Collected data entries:
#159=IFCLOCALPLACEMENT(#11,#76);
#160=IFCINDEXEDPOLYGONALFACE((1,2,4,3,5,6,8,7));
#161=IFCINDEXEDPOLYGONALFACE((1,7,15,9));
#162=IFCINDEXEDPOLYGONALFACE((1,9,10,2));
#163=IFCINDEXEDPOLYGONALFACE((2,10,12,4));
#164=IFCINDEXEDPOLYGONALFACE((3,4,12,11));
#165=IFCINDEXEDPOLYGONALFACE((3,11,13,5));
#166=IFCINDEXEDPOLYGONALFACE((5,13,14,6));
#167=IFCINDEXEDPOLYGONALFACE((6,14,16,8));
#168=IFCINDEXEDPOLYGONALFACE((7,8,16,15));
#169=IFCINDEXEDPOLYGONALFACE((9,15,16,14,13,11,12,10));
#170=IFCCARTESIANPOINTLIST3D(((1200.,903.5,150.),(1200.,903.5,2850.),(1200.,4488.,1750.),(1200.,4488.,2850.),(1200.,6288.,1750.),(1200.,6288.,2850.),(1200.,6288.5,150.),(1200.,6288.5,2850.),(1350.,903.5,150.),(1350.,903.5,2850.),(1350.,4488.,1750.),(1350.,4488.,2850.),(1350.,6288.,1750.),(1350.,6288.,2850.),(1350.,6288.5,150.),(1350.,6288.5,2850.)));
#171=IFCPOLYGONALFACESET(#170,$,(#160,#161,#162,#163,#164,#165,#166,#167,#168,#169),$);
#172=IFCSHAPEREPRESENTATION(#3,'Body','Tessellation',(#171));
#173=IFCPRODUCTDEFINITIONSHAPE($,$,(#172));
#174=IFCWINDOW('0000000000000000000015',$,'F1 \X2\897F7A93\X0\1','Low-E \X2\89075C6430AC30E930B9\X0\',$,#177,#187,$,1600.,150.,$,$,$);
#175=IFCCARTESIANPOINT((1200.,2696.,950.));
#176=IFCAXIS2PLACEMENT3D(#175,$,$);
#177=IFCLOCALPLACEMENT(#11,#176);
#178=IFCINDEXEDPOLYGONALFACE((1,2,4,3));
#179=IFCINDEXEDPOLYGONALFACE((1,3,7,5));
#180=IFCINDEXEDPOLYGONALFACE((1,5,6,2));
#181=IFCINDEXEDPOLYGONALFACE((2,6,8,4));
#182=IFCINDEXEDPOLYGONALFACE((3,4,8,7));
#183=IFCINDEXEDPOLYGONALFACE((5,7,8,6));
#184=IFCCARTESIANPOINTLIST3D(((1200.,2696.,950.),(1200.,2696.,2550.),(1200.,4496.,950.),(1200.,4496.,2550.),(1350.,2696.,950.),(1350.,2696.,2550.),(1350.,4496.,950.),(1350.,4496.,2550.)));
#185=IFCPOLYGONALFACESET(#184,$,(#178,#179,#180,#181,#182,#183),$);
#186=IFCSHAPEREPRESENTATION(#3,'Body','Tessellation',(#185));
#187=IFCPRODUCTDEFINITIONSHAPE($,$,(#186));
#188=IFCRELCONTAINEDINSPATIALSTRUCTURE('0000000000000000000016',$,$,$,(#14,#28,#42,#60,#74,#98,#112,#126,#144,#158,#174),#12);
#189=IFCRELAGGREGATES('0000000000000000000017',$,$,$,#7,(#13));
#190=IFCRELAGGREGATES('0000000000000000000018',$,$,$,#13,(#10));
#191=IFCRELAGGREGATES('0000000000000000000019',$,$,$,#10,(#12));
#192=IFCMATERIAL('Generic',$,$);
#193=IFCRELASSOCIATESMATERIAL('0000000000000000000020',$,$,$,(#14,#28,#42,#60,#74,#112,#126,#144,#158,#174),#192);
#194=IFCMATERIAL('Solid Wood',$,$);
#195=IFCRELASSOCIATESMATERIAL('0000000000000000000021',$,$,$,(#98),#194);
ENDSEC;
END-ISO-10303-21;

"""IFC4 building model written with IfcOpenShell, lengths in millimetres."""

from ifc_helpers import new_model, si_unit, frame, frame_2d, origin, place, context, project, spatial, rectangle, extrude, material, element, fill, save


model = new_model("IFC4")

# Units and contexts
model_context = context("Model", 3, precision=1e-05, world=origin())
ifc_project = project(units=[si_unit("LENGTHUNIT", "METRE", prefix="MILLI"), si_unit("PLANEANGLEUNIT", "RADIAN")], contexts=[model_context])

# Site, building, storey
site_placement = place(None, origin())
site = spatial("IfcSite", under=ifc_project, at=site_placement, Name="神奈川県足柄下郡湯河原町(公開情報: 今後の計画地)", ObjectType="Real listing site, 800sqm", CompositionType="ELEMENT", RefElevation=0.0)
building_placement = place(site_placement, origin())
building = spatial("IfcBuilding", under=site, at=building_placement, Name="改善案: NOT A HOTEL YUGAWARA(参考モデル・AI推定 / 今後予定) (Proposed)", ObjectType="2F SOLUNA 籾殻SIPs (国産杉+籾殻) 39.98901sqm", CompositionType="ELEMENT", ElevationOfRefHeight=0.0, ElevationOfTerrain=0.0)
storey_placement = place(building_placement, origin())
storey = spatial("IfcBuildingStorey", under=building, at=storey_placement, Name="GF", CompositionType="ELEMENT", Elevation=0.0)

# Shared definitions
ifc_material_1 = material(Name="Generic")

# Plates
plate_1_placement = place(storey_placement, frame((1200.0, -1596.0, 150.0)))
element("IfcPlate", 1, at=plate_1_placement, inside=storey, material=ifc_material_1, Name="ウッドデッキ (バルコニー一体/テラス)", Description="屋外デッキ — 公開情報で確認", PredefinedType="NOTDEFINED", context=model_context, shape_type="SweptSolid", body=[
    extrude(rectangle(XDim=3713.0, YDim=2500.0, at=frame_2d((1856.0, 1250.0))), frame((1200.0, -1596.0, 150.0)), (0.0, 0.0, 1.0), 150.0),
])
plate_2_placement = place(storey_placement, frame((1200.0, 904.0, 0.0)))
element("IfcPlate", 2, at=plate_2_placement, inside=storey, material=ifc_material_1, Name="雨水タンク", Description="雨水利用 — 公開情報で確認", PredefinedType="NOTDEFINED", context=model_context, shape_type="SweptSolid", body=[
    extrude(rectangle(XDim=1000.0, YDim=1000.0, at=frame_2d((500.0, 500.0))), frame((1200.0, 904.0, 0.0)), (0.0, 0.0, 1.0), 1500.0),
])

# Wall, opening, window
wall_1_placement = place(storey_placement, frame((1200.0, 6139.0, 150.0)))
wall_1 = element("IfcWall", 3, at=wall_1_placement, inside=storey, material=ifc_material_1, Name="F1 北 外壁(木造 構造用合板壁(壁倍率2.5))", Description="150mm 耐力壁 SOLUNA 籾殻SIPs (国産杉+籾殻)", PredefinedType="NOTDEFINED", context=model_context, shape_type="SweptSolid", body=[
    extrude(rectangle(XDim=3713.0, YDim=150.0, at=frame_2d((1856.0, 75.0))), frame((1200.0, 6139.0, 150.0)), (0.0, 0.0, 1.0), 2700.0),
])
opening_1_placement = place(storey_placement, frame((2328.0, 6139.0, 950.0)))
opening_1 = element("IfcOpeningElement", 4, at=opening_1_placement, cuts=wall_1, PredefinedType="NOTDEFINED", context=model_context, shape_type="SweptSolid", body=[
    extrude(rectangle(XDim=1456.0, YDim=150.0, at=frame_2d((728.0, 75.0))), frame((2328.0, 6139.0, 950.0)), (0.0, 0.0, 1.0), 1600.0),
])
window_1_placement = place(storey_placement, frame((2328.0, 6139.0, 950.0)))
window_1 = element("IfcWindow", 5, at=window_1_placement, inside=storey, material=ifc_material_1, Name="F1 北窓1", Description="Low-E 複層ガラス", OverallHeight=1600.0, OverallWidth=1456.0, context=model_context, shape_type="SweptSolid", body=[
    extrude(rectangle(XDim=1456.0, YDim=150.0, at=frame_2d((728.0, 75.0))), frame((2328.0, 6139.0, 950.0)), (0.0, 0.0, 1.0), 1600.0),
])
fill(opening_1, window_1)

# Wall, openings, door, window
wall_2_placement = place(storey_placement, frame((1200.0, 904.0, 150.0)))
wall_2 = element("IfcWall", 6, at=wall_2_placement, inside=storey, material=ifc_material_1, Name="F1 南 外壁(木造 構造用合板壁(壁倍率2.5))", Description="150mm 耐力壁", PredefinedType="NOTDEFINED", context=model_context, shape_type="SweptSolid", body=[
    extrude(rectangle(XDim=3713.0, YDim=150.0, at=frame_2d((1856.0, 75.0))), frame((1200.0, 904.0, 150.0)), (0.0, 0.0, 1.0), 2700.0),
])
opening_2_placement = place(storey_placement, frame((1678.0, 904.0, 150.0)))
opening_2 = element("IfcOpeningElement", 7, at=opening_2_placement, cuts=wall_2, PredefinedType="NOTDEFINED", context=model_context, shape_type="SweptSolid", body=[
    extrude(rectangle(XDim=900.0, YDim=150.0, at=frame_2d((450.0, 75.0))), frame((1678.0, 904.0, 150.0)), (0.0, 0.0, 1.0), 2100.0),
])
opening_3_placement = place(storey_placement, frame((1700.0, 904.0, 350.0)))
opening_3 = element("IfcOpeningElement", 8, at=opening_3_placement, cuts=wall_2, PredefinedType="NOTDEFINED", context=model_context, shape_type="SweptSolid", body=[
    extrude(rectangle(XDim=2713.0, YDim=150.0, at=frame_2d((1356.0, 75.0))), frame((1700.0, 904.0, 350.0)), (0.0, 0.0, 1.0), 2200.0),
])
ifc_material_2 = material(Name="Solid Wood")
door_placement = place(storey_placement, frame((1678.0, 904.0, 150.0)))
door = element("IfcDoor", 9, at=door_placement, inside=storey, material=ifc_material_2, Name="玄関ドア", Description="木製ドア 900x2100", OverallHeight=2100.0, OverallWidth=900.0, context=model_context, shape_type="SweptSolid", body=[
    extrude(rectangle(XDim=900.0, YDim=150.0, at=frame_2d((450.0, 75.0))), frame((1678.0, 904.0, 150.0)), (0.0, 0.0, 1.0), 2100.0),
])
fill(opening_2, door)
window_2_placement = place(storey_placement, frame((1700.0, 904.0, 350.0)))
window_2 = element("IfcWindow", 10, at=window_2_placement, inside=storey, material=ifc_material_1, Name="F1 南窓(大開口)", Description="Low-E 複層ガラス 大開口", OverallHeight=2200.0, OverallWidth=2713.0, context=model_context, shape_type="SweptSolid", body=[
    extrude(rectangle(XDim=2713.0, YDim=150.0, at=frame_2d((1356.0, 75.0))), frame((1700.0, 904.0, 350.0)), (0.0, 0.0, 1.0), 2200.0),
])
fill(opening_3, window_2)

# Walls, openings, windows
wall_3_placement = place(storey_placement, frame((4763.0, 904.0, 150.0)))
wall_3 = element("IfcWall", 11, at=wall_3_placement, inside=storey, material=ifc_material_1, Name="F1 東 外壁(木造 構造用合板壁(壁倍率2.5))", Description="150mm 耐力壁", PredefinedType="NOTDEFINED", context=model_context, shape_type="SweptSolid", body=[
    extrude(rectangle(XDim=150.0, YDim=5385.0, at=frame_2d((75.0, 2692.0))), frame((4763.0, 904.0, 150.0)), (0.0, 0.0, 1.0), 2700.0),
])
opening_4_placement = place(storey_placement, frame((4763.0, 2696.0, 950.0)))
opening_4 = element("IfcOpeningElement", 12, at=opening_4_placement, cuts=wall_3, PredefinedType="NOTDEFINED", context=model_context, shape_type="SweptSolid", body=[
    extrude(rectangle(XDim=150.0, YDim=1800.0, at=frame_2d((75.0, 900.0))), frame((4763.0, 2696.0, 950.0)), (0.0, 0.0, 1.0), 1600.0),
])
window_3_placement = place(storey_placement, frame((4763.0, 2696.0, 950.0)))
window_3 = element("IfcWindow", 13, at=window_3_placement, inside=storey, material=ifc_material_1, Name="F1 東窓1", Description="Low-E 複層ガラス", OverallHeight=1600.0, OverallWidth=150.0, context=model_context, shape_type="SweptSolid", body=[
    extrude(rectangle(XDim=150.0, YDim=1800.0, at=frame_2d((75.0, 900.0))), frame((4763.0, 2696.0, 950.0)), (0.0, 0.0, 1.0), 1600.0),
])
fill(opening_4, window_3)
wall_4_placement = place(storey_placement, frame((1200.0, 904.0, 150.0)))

Exercise objective: Out of the records above, pull the lines that include the word "Tessellation".

Solution to this task:
#172=IFCSHAPEREPRESENTATION(#3,'Body','Tessellation',(#171));
#186=IFCSHAPEREPRESENTATION(#3,'Body','Tessellation',(#185));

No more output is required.